---------- Input records

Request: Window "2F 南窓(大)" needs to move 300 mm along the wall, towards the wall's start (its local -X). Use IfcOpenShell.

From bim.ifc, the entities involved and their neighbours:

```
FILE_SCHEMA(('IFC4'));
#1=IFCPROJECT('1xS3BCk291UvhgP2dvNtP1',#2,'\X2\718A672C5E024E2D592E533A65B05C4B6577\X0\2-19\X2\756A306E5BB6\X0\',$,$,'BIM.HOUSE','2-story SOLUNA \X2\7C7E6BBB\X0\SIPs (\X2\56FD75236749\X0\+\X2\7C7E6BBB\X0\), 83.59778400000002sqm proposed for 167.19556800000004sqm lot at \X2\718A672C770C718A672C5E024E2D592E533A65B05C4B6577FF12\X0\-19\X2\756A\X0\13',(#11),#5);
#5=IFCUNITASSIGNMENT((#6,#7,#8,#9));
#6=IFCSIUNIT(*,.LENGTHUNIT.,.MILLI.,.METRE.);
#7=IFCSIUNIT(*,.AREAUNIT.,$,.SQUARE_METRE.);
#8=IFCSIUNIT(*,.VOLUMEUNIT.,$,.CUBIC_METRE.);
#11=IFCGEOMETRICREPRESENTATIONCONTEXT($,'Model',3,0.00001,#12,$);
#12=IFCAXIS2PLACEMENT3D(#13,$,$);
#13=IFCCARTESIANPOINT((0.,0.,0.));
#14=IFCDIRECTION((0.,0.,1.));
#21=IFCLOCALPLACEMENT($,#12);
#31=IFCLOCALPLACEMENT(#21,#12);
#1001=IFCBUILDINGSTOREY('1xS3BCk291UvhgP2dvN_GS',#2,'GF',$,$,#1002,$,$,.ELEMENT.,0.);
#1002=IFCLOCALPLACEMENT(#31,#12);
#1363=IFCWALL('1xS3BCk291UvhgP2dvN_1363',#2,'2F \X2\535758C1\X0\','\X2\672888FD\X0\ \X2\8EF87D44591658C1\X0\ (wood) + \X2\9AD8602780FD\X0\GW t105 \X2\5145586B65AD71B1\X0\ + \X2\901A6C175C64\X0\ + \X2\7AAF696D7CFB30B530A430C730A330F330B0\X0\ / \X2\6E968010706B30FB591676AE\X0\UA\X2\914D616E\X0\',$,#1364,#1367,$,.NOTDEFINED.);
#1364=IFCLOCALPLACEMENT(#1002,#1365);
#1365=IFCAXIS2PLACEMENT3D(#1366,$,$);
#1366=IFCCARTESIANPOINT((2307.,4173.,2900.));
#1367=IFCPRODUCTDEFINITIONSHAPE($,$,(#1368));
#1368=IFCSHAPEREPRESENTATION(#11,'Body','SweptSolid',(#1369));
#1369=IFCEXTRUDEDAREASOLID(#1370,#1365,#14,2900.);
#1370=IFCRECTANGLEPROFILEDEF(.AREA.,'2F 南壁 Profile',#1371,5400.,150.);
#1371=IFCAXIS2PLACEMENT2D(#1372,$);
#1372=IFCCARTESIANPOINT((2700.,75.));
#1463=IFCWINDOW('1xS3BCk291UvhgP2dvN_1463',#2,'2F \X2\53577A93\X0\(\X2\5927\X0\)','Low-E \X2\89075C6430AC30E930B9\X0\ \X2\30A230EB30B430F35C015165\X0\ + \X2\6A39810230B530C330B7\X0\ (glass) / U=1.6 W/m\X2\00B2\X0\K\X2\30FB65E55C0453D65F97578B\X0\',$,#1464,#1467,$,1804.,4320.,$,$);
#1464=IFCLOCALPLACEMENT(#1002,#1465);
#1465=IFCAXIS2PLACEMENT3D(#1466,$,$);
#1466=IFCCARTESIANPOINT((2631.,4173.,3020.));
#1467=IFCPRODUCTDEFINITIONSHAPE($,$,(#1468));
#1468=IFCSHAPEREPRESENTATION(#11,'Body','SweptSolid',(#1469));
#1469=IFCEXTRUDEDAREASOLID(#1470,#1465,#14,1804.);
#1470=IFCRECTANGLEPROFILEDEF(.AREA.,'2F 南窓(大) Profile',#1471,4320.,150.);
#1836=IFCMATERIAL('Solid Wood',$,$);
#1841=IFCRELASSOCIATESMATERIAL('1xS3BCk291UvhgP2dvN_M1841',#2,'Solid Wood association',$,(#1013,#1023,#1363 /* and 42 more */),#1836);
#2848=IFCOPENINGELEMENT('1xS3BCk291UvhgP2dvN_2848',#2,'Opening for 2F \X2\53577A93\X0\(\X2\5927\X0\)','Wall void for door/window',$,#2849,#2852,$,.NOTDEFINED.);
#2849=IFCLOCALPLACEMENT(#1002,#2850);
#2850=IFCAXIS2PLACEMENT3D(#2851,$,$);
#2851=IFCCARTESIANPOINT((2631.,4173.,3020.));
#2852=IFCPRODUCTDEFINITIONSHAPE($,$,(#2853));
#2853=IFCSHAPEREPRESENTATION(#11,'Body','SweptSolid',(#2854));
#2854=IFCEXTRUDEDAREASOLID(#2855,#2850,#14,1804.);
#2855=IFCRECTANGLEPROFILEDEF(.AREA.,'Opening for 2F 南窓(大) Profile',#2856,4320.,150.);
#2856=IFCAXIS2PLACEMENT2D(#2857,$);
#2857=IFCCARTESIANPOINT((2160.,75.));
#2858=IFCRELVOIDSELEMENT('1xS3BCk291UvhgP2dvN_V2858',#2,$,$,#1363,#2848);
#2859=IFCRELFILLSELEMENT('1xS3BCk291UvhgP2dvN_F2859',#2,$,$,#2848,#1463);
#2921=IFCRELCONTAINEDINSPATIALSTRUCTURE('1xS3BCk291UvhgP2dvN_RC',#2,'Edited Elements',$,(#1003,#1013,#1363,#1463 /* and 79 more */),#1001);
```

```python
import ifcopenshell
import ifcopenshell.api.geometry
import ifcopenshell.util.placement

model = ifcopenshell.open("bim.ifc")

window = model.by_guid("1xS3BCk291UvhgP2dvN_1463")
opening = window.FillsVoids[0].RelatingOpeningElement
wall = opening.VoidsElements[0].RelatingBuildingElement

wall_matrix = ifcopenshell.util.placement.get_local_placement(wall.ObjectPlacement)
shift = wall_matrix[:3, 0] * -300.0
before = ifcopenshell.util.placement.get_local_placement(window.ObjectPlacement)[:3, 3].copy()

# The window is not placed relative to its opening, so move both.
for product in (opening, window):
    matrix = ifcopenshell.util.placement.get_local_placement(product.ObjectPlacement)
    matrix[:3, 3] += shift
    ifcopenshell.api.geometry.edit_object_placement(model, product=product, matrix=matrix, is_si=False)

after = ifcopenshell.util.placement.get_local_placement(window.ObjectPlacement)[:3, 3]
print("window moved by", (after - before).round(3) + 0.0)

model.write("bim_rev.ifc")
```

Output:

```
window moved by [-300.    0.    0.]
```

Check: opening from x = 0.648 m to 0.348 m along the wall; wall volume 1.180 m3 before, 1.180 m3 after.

--------------------
---------- Input records

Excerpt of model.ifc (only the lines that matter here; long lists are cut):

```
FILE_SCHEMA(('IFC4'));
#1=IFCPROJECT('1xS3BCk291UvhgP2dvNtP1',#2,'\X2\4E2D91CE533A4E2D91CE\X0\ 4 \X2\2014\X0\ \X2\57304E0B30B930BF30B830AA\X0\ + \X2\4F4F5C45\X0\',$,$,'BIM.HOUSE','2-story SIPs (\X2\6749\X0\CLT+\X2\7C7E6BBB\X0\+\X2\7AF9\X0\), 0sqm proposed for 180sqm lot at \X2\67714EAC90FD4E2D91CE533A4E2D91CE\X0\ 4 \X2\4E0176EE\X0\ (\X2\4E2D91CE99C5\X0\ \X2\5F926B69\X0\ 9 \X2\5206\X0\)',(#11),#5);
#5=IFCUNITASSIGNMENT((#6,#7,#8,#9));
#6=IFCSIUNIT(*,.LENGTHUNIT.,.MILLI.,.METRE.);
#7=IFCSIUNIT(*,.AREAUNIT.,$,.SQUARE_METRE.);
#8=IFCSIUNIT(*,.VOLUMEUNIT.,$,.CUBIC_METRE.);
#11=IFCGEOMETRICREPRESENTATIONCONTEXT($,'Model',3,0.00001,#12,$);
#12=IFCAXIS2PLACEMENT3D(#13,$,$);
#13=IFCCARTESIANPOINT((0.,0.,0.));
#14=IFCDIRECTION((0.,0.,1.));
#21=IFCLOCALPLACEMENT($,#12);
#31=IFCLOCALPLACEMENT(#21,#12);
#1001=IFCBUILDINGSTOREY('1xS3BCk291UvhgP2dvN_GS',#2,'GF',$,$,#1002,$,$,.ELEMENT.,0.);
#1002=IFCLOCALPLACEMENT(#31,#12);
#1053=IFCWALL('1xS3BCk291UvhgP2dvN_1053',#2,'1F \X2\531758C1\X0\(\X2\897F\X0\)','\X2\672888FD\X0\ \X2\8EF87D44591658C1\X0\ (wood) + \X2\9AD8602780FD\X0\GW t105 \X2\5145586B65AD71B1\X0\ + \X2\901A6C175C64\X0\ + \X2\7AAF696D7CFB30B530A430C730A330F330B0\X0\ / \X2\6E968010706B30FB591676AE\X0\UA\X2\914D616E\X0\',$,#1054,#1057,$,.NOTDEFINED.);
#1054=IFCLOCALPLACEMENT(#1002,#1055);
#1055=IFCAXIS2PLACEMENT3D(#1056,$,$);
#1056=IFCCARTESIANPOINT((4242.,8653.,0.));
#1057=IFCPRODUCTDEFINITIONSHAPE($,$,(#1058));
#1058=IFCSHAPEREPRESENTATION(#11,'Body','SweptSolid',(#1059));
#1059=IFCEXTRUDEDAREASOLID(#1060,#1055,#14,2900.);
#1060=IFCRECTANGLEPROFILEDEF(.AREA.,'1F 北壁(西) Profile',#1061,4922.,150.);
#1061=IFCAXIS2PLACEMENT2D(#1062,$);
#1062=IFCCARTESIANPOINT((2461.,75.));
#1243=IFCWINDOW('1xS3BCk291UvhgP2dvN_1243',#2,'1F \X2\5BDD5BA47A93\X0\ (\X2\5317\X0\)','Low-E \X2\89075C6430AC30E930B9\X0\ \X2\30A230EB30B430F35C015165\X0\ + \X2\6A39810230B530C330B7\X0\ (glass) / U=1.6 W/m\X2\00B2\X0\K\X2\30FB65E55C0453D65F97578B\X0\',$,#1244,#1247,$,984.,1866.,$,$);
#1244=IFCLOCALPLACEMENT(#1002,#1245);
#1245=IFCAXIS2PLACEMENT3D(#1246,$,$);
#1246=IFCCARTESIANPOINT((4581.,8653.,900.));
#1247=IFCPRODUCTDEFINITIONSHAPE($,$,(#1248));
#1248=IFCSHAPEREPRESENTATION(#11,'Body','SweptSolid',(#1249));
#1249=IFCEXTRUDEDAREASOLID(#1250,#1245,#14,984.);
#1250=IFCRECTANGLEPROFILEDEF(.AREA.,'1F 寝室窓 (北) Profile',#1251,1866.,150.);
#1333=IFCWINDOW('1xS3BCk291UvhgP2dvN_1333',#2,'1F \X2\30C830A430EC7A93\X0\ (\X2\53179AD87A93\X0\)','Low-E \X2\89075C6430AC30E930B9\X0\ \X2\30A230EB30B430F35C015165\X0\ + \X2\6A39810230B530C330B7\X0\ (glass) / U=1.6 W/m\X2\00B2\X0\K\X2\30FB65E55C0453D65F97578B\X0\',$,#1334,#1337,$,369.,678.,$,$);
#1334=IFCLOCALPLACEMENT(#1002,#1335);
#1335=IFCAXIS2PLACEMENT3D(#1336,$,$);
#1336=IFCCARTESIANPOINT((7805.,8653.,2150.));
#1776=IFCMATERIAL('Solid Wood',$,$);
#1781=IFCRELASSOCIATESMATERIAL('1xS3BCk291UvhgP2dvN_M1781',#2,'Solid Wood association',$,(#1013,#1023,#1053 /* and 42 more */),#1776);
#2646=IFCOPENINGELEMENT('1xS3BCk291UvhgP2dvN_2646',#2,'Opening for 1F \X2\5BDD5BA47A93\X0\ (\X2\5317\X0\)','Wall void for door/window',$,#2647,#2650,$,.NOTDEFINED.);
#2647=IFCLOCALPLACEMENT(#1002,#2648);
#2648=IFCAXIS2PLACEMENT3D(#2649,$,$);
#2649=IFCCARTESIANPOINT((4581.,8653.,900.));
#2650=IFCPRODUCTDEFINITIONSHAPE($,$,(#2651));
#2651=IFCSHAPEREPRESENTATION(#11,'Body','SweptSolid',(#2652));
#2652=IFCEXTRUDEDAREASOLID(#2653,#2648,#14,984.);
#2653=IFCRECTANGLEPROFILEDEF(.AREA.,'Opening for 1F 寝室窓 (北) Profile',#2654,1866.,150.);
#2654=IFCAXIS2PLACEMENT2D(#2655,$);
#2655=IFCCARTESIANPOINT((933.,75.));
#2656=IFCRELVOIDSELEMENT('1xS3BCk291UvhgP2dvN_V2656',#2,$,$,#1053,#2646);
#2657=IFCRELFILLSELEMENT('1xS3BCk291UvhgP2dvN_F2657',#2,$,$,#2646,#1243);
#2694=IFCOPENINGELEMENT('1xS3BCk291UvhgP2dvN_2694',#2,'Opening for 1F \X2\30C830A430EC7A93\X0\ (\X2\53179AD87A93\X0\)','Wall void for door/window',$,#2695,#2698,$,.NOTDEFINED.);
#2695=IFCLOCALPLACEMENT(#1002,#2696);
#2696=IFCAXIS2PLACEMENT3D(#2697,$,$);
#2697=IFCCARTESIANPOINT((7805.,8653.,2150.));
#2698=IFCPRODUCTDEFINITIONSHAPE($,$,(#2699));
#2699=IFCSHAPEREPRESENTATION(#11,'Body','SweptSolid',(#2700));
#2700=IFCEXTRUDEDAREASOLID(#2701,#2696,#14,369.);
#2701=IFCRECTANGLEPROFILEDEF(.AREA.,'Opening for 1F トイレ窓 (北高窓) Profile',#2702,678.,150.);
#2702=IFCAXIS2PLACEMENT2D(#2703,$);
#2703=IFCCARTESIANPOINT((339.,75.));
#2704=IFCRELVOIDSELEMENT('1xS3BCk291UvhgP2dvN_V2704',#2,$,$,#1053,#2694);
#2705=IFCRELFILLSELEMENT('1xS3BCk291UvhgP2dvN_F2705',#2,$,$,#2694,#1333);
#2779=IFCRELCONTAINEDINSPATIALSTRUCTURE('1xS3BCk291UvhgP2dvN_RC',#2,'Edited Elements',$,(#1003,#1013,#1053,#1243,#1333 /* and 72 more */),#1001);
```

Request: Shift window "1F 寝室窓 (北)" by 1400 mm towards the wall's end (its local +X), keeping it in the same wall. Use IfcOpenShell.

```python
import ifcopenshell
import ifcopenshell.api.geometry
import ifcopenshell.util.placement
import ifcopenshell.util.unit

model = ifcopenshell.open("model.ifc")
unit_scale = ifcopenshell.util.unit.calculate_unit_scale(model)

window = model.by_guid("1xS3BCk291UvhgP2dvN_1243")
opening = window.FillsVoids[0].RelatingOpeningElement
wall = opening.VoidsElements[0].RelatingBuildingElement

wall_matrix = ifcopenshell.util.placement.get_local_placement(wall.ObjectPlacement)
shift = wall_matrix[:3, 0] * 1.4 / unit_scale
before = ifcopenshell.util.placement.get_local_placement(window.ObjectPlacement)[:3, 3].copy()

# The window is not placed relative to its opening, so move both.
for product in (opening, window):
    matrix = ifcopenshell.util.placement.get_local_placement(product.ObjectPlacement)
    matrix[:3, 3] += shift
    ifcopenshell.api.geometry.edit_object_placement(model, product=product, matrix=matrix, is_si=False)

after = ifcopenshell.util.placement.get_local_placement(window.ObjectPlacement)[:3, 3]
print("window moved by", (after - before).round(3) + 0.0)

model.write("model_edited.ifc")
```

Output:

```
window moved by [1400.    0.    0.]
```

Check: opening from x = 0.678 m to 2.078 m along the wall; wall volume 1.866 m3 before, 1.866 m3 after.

--------------------

> [Task statement]: Copy out each line of the material above that holds the word "IFCRELFILLSELEMENT".

> [Answer below]:
#2859=IFCRELFILLSELEMENT('1xS3BCk291UvhgP2dvN_F2859',#2,$,$,#2848,#1463);
#2657=IFCRELFILLSELEMENT('1xS3BCk291UvhgP2dvN_F2657',#2,$,$,#2646,#1243);
#2705=IFCRELFILLSELEMENT('1xS3BCk291UvhgP2dvN_F2705',#2,$,$,#2694,#1333);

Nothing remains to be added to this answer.